◆ Saved data entries ◆
•••

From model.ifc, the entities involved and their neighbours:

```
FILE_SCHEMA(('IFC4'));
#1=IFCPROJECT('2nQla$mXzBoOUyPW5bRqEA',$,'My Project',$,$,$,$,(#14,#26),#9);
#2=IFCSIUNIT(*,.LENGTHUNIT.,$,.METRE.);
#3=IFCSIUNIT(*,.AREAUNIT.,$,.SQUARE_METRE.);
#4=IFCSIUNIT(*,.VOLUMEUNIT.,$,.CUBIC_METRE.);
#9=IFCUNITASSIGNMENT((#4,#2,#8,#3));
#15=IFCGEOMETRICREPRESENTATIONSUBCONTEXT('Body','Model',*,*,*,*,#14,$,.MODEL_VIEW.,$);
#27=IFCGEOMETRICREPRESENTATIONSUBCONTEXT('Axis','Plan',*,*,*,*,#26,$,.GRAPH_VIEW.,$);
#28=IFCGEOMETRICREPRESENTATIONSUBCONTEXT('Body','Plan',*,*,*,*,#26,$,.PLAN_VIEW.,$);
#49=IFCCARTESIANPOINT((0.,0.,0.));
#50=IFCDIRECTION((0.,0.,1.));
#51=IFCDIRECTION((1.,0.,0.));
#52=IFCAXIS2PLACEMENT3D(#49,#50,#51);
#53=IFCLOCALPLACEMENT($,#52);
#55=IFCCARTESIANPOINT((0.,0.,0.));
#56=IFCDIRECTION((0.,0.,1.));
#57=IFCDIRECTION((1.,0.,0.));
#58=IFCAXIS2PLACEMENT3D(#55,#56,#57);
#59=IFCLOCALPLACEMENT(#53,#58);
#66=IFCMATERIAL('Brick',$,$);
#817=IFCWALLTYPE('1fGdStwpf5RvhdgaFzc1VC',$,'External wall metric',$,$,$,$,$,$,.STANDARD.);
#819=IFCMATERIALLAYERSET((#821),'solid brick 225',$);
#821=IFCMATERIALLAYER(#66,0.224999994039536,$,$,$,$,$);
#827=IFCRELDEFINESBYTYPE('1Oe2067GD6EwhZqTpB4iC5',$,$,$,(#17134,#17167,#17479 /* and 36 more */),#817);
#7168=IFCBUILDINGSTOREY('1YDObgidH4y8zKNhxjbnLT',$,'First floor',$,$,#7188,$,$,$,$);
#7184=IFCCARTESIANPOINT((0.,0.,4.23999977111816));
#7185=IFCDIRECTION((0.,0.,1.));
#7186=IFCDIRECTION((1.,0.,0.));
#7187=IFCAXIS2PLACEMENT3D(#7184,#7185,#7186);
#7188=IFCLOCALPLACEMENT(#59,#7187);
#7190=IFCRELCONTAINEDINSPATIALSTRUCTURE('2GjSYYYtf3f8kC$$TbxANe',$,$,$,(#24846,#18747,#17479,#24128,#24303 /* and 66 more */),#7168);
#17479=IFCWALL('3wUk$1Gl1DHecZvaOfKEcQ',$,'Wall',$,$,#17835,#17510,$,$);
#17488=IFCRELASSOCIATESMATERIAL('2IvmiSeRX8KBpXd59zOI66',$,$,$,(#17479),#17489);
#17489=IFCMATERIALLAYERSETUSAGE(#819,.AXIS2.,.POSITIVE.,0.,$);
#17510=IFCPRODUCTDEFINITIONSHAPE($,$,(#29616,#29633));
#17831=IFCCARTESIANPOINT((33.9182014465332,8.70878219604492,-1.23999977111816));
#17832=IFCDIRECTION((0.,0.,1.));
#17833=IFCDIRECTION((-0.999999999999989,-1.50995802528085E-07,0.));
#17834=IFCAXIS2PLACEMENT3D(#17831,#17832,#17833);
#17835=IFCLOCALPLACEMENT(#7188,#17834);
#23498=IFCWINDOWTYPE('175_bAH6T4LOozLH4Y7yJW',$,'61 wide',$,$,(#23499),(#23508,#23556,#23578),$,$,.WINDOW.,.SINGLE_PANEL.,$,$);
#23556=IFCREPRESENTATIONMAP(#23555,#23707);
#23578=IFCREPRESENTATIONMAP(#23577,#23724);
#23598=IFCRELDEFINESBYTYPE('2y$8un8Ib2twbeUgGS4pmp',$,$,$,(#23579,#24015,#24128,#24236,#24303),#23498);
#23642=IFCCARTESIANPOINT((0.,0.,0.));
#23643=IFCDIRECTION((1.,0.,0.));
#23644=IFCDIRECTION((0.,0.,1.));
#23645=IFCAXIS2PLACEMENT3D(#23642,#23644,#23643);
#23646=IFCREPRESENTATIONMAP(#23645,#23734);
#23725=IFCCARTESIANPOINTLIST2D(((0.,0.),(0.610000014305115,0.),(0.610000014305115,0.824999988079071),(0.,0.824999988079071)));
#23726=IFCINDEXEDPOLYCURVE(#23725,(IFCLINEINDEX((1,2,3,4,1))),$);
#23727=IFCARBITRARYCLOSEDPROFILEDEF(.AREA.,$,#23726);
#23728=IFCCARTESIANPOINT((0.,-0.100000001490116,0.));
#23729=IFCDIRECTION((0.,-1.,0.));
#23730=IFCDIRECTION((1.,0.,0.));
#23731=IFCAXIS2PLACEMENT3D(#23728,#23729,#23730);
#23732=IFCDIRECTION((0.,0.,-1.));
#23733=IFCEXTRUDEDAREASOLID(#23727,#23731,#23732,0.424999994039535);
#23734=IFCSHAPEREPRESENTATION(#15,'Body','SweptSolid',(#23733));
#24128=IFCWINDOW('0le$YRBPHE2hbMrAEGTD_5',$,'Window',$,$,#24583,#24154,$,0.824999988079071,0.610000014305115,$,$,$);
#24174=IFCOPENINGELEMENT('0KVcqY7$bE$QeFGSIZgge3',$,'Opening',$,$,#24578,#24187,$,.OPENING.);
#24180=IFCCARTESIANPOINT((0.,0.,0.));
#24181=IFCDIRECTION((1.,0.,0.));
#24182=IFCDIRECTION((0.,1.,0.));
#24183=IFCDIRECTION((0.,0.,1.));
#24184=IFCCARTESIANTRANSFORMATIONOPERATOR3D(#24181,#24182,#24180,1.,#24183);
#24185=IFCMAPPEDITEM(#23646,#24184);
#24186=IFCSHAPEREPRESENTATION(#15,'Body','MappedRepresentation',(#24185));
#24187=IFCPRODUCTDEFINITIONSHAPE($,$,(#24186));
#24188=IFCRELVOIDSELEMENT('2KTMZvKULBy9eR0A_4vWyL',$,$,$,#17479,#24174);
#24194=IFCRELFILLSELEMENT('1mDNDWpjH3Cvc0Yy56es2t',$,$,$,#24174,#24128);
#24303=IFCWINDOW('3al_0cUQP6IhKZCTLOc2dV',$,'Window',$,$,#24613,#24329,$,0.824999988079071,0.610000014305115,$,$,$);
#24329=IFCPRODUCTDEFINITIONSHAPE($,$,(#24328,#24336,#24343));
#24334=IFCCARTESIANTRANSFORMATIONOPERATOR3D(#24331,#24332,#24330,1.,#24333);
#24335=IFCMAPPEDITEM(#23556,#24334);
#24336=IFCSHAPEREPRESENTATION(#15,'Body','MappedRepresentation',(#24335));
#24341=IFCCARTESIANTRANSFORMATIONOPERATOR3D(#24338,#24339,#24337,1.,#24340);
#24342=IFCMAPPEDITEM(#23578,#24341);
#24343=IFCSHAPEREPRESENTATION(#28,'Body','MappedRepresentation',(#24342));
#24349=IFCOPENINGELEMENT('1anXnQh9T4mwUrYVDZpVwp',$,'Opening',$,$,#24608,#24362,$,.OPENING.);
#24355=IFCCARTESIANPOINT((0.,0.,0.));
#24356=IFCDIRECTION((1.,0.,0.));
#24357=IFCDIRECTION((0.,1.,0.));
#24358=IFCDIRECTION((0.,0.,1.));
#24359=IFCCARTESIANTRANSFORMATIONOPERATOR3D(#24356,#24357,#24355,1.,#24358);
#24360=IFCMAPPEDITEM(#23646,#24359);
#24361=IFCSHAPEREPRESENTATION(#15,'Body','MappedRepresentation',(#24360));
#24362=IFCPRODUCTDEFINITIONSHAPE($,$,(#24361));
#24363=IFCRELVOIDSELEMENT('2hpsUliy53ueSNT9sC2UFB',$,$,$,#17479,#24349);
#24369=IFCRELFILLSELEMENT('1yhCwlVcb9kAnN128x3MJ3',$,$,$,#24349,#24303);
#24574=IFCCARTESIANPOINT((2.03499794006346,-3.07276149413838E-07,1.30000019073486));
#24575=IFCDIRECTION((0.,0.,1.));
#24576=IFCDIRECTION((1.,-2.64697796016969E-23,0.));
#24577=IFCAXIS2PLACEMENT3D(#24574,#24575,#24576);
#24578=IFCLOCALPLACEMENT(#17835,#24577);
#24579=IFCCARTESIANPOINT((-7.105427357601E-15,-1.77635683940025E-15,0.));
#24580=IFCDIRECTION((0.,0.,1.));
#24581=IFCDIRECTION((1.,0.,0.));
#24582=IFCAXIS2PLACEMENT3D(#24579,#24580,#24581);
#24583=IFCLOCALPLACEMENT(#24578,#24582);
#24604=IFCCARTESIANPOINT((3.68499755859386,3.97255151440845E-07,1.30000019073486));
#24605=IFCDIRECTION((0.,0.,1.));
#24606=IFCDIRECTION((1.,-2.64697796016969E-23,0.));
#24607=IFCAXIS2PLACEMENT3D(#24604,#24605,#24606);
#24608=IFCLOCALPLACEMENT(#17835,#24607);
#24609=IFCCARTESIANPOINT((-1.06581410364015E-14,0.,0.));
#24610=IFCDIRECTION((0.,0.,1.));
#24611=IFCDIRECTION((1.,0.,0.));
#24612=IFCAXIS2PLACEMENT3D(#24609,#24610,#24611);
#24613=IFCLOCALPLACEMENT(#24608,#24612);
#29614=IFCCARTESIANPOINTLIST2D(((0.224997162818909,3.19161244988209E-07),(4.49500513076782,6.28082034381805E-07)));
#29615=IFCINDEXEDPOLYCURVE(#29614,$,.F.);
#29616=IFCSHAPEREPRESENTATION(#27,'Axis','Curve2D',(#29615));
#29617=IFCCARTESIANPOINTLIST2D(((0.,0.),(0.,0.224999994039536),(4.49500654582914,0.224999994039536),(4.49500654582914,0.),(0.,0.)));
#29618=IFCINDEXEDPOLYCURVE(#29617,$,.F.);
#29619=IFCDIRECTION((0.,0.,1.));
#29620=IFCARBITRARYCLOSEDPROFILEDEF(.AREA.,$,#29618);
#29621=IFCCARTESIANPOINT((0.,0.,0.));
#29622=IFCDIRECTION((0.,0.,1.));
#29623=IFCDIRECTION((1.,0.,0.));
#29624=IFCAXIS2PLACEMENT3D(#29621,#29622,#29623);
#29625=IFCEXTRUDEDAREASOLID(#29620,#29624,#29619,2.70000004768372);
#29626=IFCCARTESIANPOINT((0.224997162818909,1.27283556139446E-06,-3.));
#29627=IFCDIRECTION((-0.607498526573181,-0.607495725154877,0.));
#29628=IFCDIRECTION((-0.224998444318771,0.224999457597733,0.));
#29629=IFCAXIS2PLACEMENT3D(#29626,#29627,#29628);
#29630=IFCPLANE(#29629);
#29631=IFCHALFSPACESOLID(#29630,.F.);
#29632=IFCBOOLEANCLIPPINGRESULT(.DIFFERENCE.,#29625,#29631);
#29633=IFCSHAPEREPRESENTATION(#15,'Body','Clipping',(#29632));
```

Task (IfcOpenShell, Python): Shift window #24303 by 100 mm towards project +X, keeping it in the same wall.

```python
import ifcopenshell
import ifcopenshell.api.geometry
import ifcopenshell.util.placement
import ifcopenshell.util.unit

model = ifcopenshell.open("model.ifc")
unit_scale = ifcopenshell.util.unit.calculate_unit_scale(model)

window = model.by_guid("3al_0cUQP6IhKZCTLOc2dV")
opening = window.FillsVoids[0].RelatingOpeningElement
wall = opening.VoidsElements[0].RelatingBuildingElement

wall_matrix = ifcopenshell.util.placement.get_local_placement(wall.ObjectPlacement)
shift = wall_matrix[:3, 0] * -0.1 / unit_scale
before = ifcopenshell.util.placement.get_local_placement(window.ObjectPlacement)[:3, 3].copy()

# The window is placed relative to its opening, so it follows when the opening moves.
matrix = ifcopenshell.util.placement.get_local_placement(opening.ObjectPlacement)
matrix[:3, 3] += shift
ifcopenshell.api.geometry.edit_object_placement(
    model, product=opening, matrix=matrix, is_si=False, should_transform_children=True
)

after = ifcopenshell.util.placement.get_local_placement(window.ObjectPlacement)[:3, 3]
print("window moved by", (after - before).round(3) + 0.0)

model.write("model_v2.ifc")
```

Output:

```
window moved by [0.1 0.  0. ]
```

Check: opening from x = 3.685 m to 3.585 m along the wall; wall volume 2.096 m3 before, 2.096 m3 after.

•••

◆ INSTRUCTIONS TO FOLLOW ◆
Please copy every line in the entries where "MappedRepresentation" appears.

◆ RESULT FOR THIS EXERCISE ◆
#24186=IFCSHAPEREPRESENTATION(#15,'Body','MappedRepresentation',(#24185));
#24336=IFCSHAPEREPRESENTATION(#15,'Body','MappedRepresentation',(#24335));
#24343=IFCSHAPEREPRESENTATION(#28,'Body','MappedRepresentation',(#24342));
#24361=IFCSHAPEREPRESENTATION(#15,'Body','MappedRepresentation',(#24360));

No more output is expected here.